Long-term users face higher cumulative exposure to opportunists like tuberculosis (screen before starting) or herpes zoster (1-2% incidence). Pooled data from 10+ trials (over 10,000 patients, some followed 5 years) report 2.9 serious infections per 100 patient-years vs. 1.6 in placebo, with no clear escalation but emphasis on early detection.[1][5] Vaccinations (non-live) are recommended pre-treatment to mitigate.
IBD and Gut Risks in Extended Use
Cosentyx can trigger Crohn's disease or ulcerative colitis, with 0.7% new cases in trials, often within months but persisting or recurring in long-term follow-up. Long-term registries like SCULPTURE (5 years) note 1-2% IBD events, advising avoidance in those with history.[3][6] Patients report diarrhea or abdominal pain as early signals.
Cancer and Immunosuppression Concerns
No definitive long-term cancer signal emerges from post-marketing data (over 200,000 patient-years), but theory suggests theoretical risk from blocking IL-17's anti-tumor role. FDA label flags monitoring for skin cancers and lymphomas, with rates not exceeding background (SIR 0.9).[2][7] No patents directly tie to safety, but ongoing studies track this.DrugPatentWatch.com
How Does It Compare to Other Biologics Long-Term?
Vs. TNF inhibitors like Humira, Cosentyx has lower serious infection rates (2.9 vs. 4.3 per 100 patient-years) but higher candidiasis. Head-to-head trials like CLEAR show similar long-term tolerability to ustekinumab, though IBD risk edges higher.[4][8] Switching due to loss of response occurs in 10-20% by year 3 across IL-17s.

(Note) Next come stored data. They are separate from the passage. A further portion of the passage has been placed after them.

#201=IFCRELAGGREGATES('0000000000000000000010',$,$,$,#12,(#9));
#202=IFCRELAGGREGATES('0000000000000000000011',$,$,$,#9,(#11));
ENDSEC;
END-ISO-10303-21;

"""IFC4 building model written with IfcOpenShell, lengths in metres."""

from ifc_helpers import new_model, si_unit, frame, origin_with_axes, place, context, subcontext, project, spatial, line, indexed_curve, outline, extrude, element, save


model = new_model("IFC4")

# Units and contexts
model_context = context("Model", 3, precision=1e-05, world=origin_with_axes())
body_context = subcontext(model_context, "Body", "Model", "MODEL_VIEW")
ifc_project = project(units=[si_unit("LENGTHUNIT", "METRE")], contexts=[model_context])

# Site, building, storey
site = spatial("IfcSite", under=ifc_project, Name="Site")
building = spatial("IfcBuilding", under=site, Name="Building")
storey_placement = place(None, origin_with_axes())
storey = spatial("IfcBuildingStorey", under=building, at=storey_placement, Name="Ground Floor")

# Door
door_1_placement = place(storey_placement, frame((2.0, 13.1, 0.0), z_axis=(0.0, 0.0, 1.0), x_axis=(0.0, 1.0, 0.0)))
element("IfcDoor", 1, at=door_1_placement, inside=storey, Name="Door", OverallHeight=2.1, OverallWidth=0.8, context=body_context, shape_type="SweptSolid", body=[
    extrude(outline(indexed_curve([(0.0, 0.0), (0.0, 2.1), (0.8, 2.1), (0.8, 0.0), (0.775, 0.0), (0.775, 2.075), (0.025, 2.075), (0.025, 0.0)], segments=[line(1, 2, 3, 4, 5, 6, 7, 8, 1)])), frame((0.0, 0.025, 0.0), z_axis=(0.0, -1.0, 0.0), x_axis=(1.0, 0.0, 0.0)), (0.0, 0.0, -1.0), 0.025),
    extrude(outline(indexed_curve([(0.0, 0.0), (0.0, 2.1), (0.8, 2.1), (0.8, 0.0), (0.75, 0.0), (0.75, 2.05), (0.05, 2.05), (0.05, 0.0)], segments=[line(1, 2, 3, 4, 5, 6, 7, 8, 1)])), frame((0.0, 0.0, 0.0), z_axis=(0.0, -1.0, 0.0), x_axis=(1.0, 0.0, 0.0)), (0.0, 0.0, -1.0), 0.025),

Patient Monitoring and When to Worry
Annual TB tests, bloodwork for neutropenia (rare, <1%), and IBD symptom checks are standard. Discontinuation reverses most issues, but some infections or IBD persist. Real-world data from registries (e.g., BADBIR) confirm trial risks hold over 3-5 years, with no novel long-term complications like organ damage.[6][9]

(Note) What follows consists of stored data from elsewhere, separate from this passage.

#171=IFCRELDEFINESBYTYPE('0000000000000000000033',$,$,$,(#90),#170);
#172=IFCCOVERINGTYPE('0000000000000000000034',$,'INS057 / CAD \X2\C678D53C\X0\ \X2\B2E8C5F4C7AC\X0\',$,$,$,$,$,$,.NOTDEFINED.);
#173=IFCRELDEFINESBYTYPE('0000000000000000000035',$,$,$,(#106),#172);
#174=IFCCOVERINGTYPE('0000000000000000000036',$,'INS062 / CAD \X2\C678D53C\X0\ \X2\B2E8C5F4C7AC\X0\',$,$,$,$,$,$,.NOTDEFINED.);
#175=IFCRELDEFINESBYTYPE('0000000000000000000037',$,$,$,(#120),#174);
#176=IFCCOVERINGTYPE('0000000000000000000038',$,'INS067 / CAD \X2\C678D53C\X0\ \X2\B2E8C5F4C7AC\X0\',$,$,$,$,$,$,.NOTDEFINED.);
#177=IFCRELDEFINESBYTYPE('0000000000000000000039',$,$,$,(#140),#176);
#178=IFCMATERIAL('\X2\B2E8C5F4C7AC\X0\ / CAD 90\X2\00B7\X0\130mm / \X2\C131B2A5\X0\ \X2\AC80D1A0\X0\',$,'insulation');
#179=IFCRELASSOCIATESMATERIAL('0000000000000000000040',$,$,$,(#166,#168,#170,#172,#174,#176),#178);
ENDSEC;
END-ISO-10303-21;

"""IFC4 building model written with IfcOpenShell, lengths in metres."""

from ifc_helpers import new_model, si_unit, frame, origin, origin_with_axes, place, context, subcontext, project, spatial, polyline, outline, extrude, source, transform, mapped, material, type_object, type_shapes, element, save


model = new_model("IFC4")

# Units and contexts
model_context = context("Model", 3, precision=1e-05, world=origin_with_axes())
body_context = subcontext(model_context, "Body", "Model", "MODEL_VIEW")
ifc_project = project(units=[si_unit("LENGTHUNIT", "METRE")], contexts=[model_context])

[1]: Cosentyx Prescribing Information, Novartis, 2023. https://www.novartis.com/us-en/sites/novartis_us/files/cosentyx.pdf
[2]: FDA Label, Secukinumab. https://www.accessdata.fda.gov/drugsatfda_docs/label/2023/125504s042lbl.pdf
[3]: Nash et al., Lancet 2017 (IBD review). https://pubmed.ncbi.nlm.nih.gov/28187904/
[4]: Bissonnette et al., J Am Acad Dermatol 2020 (FUTURE 5). https://pubmed.ncbi.nlm.nih.gov/31923462/
[5]: Genovese et al., Rheumatology 2018 (pooled safety). https://pubmed.ncbi.nlm.nih.gov/29788083/
[6]: Burden et al., Br J Dermatol 2021 (BADBIR). https://pubmed.ncbi.nlm.nih.gov/33511642/
[7]: Levesque et al., Drug Saf 2022 (malignancy meta). https://pubmed.ncbi.nlm.nih.gov/35214688/
[8]: Blauvelt et al., NEJM 2017 (CLEAR trial). https://pubmed.ncbi.nlm.nih.gov/28128925/
[9]: SCULPTURE registry summary, Novartis data on file, 2023.